** Activity **
For each line of the data below that contains "holes", return that line.

** Data shown **

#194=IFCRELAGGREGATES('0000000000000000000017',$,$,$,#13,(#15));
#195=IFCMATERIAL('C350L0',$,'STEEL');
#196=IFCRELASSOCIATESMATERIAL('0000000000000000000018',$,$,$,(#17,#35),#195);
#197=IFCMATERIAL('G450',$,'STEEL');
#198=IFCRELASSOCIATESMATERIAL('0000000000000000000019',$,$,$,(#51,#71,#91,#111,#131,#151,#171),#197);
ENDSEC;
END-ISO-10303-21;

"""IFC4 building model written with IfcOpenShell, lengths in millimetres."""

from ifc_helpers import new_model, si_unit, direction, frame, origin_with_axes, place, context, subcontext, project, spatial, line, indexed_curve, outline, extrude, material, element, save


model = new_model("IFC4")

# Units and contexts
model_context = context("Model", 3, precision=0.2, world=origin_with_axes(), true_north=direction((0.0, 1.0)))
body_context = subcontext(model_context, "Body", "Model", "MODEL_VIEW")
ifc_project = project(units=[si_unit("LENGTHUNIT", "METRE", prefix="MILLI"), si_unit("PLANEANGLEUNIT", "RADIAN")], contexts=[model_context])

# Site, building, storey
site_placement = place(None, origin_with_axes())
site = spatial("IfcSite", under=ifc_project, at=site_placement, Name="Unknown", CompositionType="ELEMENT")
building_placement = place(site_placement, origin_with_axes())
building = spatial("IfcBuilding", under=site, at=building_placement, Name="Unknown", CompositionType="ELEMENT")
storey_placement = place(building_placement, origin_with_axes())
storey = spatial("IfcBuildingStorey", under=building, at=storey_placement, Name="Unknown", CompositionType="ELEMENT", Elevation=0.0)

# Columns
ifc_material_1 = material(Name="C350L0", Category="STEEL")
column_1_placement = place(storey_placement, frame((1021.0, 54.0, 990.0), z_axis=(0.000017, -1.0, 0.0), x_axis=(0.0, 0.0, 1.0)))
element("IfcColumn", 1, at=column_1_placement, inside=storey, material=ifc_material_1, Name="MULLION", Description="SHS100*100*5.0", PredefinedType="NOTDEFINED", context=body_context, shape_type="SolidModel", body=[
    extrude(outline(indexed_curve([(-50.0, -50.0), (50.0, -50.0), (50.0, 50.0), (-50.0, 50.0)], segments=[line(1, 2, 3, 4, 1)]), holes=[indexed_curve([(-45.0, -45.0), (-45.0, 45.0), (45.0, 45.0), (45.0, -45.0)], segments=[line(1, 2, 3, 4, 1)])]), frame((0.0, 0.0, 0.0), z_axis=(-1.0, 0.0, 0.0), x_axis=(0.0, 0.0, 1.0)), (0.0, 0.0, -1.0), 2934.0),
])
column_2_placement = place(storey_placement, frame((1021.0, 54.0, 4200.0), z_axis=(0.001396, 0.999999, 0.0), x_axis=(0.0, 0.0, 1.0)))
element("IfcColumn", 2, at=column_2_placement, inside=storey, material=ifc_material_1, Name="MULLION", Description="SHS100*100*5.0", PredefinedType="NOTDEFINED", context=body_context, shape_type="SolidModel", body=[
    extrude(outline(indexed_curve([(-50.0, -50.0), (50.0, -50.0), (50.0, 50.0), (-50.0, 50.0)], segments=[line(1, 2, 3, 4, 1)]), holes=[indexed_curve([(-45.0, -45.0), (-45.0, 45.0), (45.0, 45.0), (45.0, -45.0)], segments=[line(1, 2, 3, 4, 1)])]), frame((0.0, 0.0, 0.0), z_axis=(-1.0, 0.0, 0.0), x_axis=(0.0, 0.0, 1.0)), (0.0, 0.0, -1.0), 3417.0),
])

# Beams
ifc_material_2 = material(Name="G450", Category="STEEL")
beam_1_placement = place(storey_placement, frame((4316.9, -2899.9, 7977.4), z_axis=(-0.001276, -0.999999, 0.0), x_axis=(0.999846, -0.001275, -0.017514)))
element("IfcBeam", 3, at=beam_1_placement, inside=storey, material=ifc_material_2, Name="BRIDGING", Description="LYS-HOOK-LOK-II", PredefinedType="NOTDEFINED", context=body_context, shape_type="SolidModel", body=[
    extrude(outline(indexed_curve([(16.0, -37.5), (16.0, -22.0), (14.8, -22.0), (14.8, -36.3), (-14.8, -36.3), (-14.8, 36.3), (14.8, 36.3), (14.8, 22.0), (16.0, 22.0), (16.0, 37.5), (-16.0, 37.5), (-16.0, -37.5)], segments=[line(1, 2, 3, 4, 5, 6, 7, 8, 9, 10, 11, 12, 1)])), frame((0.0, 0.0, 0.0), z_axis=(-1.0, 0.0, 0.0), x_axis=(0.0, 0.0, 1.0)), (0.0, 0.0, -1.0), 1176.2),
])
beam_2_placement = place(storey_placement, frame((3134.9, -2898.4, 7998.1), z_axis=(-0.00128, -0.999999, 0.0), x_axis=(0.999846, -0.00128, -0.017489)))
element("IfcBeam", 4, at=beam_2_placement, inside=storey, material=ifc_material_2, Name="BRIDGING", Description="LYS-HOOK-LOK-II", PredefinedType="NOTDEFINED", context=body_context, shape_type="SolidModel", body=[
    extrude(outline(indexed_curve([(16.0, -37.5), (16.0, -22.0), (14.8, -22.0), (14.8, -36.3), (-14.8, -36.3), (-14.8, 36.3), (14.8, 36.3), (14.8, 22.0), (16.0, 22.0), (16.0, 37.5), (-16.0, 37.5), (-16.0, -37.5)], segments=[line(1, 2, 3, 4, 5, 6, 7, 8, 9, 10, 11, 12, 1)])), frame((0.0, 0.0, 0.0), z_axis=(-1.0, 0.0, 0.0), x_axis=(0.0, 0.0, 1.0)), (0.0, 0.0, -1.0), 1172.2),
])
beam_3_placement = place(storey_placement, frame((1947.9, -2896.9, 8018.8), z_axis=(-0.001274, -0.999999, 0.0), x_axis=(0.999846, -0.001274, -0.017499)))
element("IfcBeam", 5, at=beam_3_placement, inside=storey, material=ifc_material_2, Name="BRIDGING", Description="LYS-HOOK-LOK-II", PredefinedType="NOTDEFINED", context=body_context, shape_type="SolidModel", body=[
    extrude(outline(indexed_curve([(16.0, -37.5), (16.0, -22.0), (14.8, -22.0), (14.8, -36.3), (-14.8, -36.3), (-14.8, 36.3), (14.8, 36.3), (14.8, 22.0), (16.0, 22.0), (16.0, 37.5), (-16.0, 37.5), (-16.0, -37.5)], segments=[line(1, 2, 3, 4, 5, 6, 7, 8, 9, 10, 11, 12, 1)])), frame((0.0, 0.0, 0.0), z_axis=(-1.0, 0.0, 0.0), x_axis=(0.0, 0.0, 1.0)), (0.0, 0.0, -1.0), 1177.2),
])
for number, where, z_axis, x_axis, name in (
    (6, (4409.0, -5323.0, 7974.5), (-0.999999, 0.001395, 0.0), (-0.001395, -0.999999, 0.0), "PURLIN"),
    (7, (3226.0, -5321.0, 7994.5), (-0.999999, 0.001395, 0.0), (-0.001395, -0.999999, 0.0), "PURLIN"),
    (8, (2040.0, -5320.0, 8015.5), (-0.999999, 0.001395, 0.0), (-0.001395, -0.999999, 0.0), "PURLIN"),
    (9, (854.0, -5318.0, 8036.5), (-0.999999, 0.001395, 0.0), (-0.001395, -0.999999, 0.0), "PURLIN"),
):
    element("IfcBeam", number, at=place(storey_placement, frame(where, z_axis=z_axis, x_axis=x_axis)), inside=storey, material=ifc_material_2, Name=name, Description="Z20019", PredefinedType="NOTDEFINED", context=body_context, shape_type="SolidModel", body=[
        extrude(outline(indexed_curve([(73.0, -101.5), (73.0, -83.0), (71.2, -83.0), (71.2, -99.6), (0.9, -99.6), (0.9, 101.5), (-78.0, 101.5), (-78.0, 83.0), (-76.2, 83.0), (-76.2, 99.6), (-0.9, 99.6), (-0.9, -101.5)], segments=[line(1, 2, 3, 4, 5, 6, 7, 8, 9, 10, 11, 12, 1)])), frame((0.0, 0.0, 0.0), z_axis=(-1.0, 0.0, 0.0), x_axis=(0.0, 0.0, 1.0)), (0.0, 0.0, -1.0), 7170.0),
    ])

** Response area **
    extrude(outline(indexed_curve([(-50.0, -50.0), (50.0, -50.0), (50.0, 50.0), (-50.0, 50.0)], segments=[line(1, 2, 3, 4, 1)]), holes=[indexed_curve([(-45.0, -45.0), (-45.0, 45.0), (45.0, 45.0), (45.0, -45.0)], segments=[line(1, 2, 3, 4, 1)])]), frame((0.0, 0.0, 0.0), z_axis=(-1.0, 0.0, 0.0), x_axis=(0.0, 0.0, 1.0)), (0.0, 0.0, -1.0), 2934.0),
    extrude(outline(indexed_curve([(-50.0, -50.0), (50.0, -50.0), (50.0, 50.0), (-50.0, 50.0)], segments=[line(1, 2, 3, 4, 1)]), holes=[indexed_curve([(-45.0, -45.0), (-45.0, 45.0), (45.0, 45.0), (45.0, -45.0)], segments=[line(1, 2, 3, 4, 1)])]), frame((0.0, 0.0, 0.0), z_axis=(-1.0, 0.0, 0.0), x_axis=(0.0, 0.0, 1.0)), (0.0, 0.0, -1.0), 3417.0),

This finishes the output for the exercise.